Присутствие на стене самого принца в маскарадном костюме, больше подходившем для детского утренника, чем для дворцового бала, заставило хихикнуть: так вот какой он — нелюбимый портрет Хеля! Сомнений, что я оказалась на территории брата, больше не возникало: слишком уж недовольно выглядел Хель, когда я разглядывала портрет и оригинал, сравнивая, насколько изменился принц за два года с момента работы художника.

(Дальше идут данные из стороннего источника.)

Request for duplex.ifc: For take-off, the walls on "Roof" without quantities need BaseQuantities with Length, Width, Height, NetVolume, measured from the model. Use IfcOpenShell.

First a look at what the model holds.

```python
import ifcopenshell
import ifcopenshell.util.element
import ifcopenshell.util.unit

model = ifcopenshell.open("duplex.ifc")
print(model.schema)
for unit_type in ("LENGTHUNIT", "AREAUNIT", "VOLUMEUNIT"):
    print(unit_type, ifcopenshell.util.unit.calculate_unit_scale(model, unit_type))
storey = next(s for s in model.by_type("IfcBuildingStorey") if s.Name == "Roof")
walls = [e for e in ifcopenshell.util.element.get_decomposition(storey) if e.is_a("IfcWall")]
for e in sorted(walls, key=lambda e: e.id()):
    print(e.id(), e.is_a(), e.Name, list(ifcopenshell.util.element.get_psets(e, qtos_only=True)), sep=" | ")
```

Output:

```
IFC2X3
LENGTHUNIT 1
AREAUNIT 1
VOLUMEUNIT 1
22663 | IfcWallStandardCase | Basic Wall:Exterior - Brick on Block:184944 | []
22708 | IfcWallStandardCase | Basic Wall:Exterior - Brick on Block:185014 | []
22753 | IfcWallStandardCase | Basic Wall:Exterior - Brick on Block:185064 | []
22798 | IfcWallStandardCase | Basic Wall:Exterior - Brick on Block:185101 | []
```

```python
import ifcopenshell
import ifcopenshell.api.pset
import ifcopenshell.geom
import ifcopenshell.util.element
import ifcopenshell.util.shape
import ifcopenshell.util.unit

model = ifcopenshell.open("duplex.ifc")
unit_scale = ifcopenshell.util.unit.calculate_unit_scale(model)
volume_scale = ifcopenshell.util.unit.calculate_unit_scale(model, "VOLUMEUNIT")
settings = ifcopenshell.geom.settings()

storey = next(s for s in model.by_type("IfcBuildingStorey") if s.Name == "Roof")
walls = [e for e in ifcopenshell.util.element.get_decomposition(storey) if e.is_a("IfcWall")]

for e in sorted(walls, key=lambda e: e.id()):
    if ifcopenshell.util.element.get_psets(e, qtos_only=True, should_inherit=False):
        continue
    # Geometry comes back in metres, in the element's own axes.
    shape = ifcopenshell.geom.create_shape(settings, e)
    values = {
        "Length": ifcopenshell.util.shape.get_x(shape.geometry) / unit_scale,
        "Width": ifcopenshell.util.shape.get_y(shape.geometry) / unit_scale,
        "Height": ifcopenshell.util.shape.get_z(shape.geometry) / unit_scale,
        "NetVolume": ifcopenshell.util.shape.get_volume(shape.geometry) / volume_scale,
    }
    qto = ifcopenshell.api.pset.add_qto(model, product=e, name="BaseQuantities")
    ifcopenshell.api.pset.edit_qto(model, qto=qto, properties=values)
    print(e.id(), {k: round(v, 3) for k, v in values.items()})

model.write("duplex-out.ifc")
```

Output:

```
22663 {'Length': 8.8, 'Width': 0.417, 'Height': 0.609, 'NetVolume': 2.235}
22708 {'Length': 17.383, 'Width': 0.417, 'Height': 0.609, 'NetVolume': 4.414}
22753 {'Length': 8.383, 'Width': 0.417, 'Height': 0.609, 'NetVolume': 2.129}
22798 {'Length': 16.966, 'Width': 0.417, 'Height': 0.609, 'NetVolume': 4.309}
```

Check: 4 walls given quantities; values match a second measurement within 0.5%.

Наконец, словно придя в себя, юноша стянул с кресла накидку и набросил на раму, полностью скрывая ненавистное изображение. Снять его он не мог — мать находила изображение милым, а отец… император, видимо, за что-то решил наказать сына. Или приучить быть выше все этого. В любом случае, пока замысел его величества плодов не принес: Хель продолжал скрывать портрет от посторонних глаз, крайне негативно реагируя на все с ним связанное.
— Когда-нибудь я его сожгу, — мечтательно проговорил принц, подошел ближе, забирая у меня рюкзак, и отвернулся. Устало провел по лицу, подошел к окну, задергивая шторы. Вспыхнул свет, более яркий, чем в коридорах, а потому на пару секунд мне пришлось зажмуриться. Когда проморгалась, столкнулась с сосредоточенным взглядом брата. Ему, судя по всему, такие игры освещения нисколько не помешали: в руках принца виднелся бокал полный вина. Другой бокал примостился на столике недалеко от меня.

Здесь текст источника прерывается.